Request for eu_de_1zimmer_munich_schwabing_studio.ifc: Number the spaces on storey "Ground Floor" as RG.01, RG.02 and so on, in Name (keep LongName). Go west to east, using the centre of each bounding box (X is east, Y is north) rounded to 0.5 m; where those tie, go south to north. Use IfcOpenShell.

First a look at what the model holds.

```python
import ifcopenshell
import ifcopenshell.util.element
import ifcopenshell.util.placement

model = ifcopenshell.open("eu_de_1zimmer_munich_schwabing_studio.ifc")
print(model.schema)
storey = next(s for s in model.by_type("IfcBuildingStorey") if s.Name == "Ground Floor")
spaces = [e for e in ifcopenshell.util.element.get_decomposition(storey) if e.is_a("IfcSpace")]
for e in sorted(spaces, key=lambda e: e.id()):
    origin = ifcopenshell.util.placement.get_local_placement(e.ObjectPlacement)[:3, 3]
    print(e.id(), e.Name, e.LongName, origin.round(2) + 0.0, sep=" | ")
```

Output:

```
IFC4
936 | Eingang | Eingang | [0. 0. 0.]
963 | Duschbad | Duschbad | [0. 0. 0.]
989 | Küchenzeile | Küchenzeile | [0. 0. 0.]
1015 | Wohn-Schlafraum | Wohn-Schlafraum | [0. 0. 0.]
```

```python
import ifcopenshell
import ifcopenshell.geom
import ifcopenshell.util.element
import ifcopenshell.util.shape

model = ifcopenshell.open("eu_de_1zimmer_munich_schwabing_studio.ifc")
settings = ifcopenshell.geom.settings()
settings.set("use-world-coords", True)


def centre(element):
    shape = ifcopenshell.geom.create_shape(settings, element)
    return ifcopenshell.util.shape.get_bbox_centroid(shape.geometry)


storey = next(s for s in model.by_type("IfcBuildingStorey") if s.Name == "Ground Floor")
spaces = [e for e in ifcopenshell.util.element.get_decomposition(storey) if e.is_a("IfcSpace")]

# Insertion points can sit at a corner or the storey origin, so sort by the geometry (in metres).
centres = {e: centre(e) for e in spaces}
spaces.sort(key=lambda e: (round(centres[e][0] / 0.5), centres[e][1]))

for i, e in enumerate(spaces, start=1):
    number = f"RG.{i:02d}"
    e.Name = number
    print(e.id(), number)

model.write("eu_de_1zimmer_munich_schwabing_studio_v2.ifc")
```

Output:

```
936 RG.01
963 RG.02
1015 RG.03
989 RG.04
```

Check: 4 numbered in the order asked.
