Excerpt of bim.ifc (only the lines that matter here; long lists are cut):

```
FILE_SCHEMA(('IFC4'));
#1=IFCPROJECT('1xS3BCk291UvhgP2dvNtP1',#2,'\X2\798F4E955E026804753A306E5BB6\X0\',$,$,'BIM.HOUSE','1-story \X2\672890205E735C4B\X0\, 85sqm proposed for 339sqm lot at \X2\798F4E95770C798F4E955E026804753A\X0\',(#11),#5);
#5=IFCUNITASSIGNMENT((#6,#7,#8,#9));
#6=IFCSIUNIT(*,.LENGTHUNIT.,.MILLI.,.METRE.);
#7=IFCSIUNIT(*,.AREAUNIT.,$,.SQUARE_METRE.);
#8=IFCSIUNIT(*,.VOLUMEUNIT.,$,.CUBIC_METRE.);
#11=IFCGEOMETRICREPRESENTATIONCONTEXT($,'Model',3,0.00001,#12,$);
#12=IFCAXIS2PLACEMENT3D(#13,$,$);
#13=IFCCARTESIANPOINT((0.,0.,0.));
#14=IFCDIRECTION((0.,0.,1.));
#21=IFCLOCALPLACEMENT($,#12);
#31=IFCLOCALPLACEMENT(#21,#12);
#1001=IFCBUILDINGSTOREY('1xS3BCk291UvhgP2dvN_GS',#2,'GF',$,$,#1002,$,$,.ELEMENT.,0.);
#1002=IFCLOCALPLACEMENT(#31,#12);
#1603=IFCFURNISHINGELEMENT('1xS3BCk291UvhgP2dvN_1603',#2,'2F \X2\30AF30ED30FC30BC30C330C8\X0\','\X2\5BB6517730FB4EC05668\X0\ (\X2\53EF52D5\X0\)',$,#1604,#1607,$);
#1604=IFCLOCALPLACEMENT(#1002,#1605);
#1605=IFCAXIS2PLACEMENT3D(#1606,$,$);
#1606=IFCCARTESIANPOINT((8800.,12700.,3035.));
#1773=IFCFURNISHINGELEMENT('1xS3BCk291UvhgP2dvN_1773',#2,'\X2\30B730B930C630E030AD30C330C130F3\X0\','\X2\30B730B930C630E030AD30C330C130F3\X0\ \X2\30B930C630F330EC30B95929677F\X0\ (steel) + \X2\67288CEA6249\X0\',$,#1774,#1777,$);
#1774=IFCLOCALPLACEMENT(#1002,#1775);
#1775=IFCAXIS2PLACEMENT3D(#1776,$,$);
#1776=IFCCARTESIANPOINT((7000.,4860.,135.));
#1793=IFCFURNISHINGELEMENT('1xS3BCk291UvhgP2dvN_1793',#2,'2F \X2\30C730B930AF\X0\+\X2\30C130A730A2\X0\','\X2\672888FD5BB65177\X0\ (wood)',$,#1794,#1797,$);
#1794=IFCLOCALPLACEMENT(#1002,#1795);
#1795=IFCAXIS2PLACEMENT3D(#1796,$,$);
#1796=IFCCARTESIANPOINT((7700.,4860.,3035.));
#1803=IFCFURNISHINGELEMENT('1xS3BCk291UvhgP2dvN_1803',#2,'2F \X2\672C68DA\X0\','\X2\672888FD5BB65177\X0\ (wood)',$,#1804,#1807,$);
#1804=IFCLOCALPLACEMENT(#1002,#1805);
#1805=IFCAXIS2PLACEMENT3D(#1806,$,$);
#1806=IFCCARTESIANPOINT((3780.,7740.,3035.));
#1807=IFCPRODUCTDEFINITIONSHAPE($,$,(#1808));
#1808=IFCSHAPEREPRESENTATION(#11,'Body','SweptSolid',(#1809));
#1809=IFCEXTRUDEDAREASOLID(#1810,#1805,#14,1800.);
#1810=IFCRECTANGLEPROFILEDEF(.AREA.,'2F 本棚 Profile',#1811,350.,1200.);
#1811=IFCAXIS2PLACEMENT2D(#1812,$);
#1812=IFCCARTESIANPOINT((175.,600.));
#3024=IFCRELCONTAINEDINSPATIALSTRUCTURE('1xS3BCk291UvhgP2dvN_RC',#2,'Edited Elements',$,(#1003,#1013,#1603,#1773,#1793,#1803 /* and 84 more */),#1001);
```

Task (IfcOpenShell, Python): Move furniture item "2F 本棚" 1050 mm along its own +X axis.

```python
import ifcopenshell
import ifcopenshell.api.geometry
import ifcopenshell.util.placement

model = ifcopenshell.open("bim.ifc")

item = model.by_guid("1xS3BCk291UvhgP2dvN_1803")
matrix = ifcopenshell.util.placement.get_local_placement(item.ObjectPlacement)
matrix[:3, 3] += matrix[:3, 0] * 1050.0
ifcopenshell.api.geometry.edit_object_placement(model, product=item, matrix=matrix, is_si=False)

print(ifcopenshell.util.placement.get_local_placement(item.ObjectPlacement).round(3) + 0.0)

model.write("bim_updated.ifc")
```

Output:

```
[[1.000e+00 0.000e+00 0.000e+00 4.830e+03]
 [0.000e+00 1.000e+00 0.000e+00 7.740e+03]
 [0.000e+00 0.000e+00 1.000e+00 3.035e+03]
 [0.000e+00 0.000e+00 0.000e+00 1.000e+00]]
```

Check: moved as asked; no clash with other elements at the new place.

▶ [EXERCISE DESCRIPTION]:
Each line above must be retyped exactly in the response.

▶ [TASK ANSWER]:
Request for eu_de_1zimmer_munich_schwabing_studio.ifc: Number the spaces on storey "Ground Floor" as RG.01, RG.02 and so on, in Name (keep LongName). Go west to east, using the centre of each bounding box (X is east, Y is north) rounded to 0.5 m; where those tie, go south to north. Use IfcOpenShell.

First a look at what the model holds.

```python
import ifcopenshell
import ifcopenshell.util.element
import ifcopenshell.util.placement

model = ifcopenshell.open("eu_de_1zimmer_munich_schwabing_studio.ifc")
print(model.schema)
storey = next(s for s in model.by_type("IfcBuildingStorey") if s.Name == "Ground Floor")
spaces = [e for e in ifcopenshell.util.element.get_decomposition(storey) if e.is_a("IfcSpace")]
for e in sorted(spaces, key=lambda e: e.id()):
    origin = ifcopenshell.util.placement.get_local_placement(e.ObjectPlacement)[:3, 3]
    print(e.id(), e.Name, e.LongName, origin.round(2) + 0.0, sep=" | ")
```

Output:

```
IFC4
936 | Eingang | Eingang | [0. 0. 0.]
963 | Duschbad | Duschbad | [0. 0. 0.]
989 | Küchenzeile | Küchenzeile | [0. 0. 0.]
1015 | Wohn-Schlafraum | Wohn-Schlafraum | [0. 0. 0.]
```

```python
import ifcopenshell
import ifcopenshell.geom
import ifcopenshell.util.element
import ifcopenshell.util.shape

model = ifcopenshell.open("eu_de_1zimmer_munich_schwabing_studio.ifc")
settings = ifcopenshell.geom.settings()
settings.set("use-world-coords", True)


def centre(element):
    shape = ifcopenshell.geom.create_shape(settings, element)
    return ifcopenshell.util.shape.get_bbox_centroid(shape.geometry)


storey = next(s for s in model.by_type("IfcBuildingStorey") if s.Name == "Ground Floor")
spaces = [e for e in ifcopenshell.util.element.get_decomposition(storey) if e.is_a("IfcSpace")]

# Insertion points can sit at a corner or the storey origin, so sort by the geometry (in metres).
centres = {e: centre(e) for e in spaces}
spaces.sort(key=lambda e: (round(centres[e][0] / 0.5), centres[e][1]))

for i, e in enumerate(spaces, start=1):
    number = f"RG.{i:02d}"
    e.Name = number
    print(e.id(), number)

model.write("eu_de_1zimmer_munich_schwabing_studio_v2.ifc")
```

Output:

```
936 RG.01
963 RG.02
1015 RG.03
989 RG.04
```

Check: 4 numbered in the order asked.
Excerpt of bim.ifc (only the lines that matter here; long lists are cut):

```
FILE_SCHEMA(('IFC4'));
#1=IFCPROJECT('1xS3BCk291UvhgP2dvNtP1',#2,'\X2\798F4E955E026804753A306E5BB6\X0\',$,$,'BIM.HOUSE','1-story \X2\672890205E735C4B\X0\, 85sqm proposed for 339sqm lot at \X2\798F4E95770C798F4E955E026804753A\X0\',(#11),#5);
#5=IFCUNITASSIGNMENT((#6,#7,#8,#9));
#6=IFCSIUNIT(*,.LENGTHUNIT.,.MILLI.,.METRE.);
#7=IFCSIUNIT(*,.AREAUNIT.,$,.SQUARE_METRE.);
#8=IFCSIUNIT(*,.VOLUMEUNIT.,$,.CUBIC_METRE.);
#11=IFCGEOMETRICREPRESENTATIONCONTEXT($,'Model',3,0.00001,#12,$);
#12=IFCAXIS2PLACEMENT3D(#13,$,$);
#13=IFCCARTESIANPOINT((0.,0.,0.));
#14=IFCDIRECTION((0.,0.,1.));
#21=IFCLOCALPLACEMENT($,#12);
#31=IFCLOCALPLACEMENT(#21,#12);
#1001=IFCBUILDINGSTOREY('1xS3BCk291UvhgP2dvN_GS',#2,'GF',$,$,#1002,$,$,.ELEMENT.,0.);
#1002=IFCLOCALPLACEMENT(#31,#12);
#1603=IFCFURNISHINGELEMENT('1xS3BCk291UvhgP2dvN_1603',#2,'2F \X2\30AF30ED30FC30BC30C330C8\X0\','\X2\5BB6517730FB4EC05668\X0\ (\X2\53EF52D5\X0\)',$,#1604,#1607,$);
#1604=IFCLOCALPLACEMENT(#1002,#1605);
#1605=IFCAXIS2PLACEMENT3D(#1606,$,$);
#1606=IFCCARTESIANPOINT((8800.,12700.,3035.));
#1773=IFCFURNISHINGELEMENT('1xS3BCk291UvhgP2dvN_1773',#2,'\X2\30B730B930C630E030AD30C330C130F3\X0\','\X2\30B730B930C630E030AD30C330C130F3\X0\ \X2\30B930C630F330EC30B95929677F\X0\ (steel) + \X2\67288CEA6249\X0\',$,#1774,#1777,$);
#1774=IFCLOCALPLACEMENT(#1002,#1775);
#1775=IFCAXIS2PLACEMENT3D(#1776,$,$);
#1776=IFCCARTESIANPOINT((7000.,4860.,135.));
#1793=IFCFURNISHINGELEMENT('1xS3BCk291UvhgP2dvN_1793',#2,'2F \X2\30C730B930AF\X0\+\X2\30C130A730A2\X0\','\X2\672888FD5BB65177\X0\ (wood)',$,#1794,#1797,$);
#1794=IFCLOCALPLACEMENT(#1002,#1795);
#1795=IFCAXIS2PLACEMENT3D(#1796,$,$);
#1796=IFCCARTESIANPOINT((7700.,4860.,3035.));
#1803=IFCFURNISHINGELEMENT('1xS3BCk291UvhgP2dvN_1803',#2,'2F \X2\672C68DA\X0\','\X2\672888FD5BB65177\X0\ (wood)',$,#1804,#1807,$);
#1804=IFCLOCALPLACEMENT(#1002,#1805);
#1805=IFCAXIS2PLACEMENT3D(#1806,$,$);
#1806=IFCCARTESIANPOINT((3780.,7740.,3035.));
#1807=IFCPRODUCTDEFINITIONSHAPE($,$,(#1808));
#1808=IFCSHAPEREPRESENTATION(#11,'Body','SweptSolid',(#1809));
#1809=IFCEXTRUDEDAREASOLID(#1810,#1805,#14,1800.);
#1810=IFCRECTANGLEPROFILEDEF(.AREA.,'2F 本棚 Profile',#1811,350.,1200.);
#1811=IFCAXIS2PLACEMENT2D(#1812,$);
#1812=IFCCARTESIANPOINT((175.,600.));
#3024=IFCRELCONTAINEDINSPATIALSTRUCTURE('1xS3BCk291UvhgP2dvN_RC',#2,'Edited Elements',$,(#1003,#1013,#1603,#1773,#1793,#1803 /* and 84 more */),#1001);
```

Task (IfcOpenShell, Python): Move furniture item "2F 本棚" 1050 mm along its own +X axis.

```python
import ifcopenshell
import ifcopenshell.api.geometry
import ifcopenshell.util.placement

model = ifcopenshell.open("bim.ifc")

item = model.by_guid("1xS3BCk291UvhgP2dvN_1803")
matrix = ifcopenshell.util.placement.get_local_placement(item.ObjectPlacement)
matrix[:3, 3] += matrix[:3, 0] * 1050.0
ifcopenshell.api.geometry.edit_object_placement(model, product=item, matrix=matrix, is_si=False)

print(ifcopenshell.util.placement.get_local_placement(item.ObjectPlacement).round(3) + 0.0)

model.write("bim_updated.ifc")
```

Output:

```
[[1.000e+00 0.000e+00 0.000e+00 4.830e+03]
 [0.000e+00 1.000e+00 0.000e+00 7.740e+03]
 [0.000e+00 0.000e+00 1.000e+00 3.035e+03]
 [0.000e+00 0.000e+00 0.000e+00 1.000e+00]]
```

Check: moved as asked; no clash with other elements at the new place.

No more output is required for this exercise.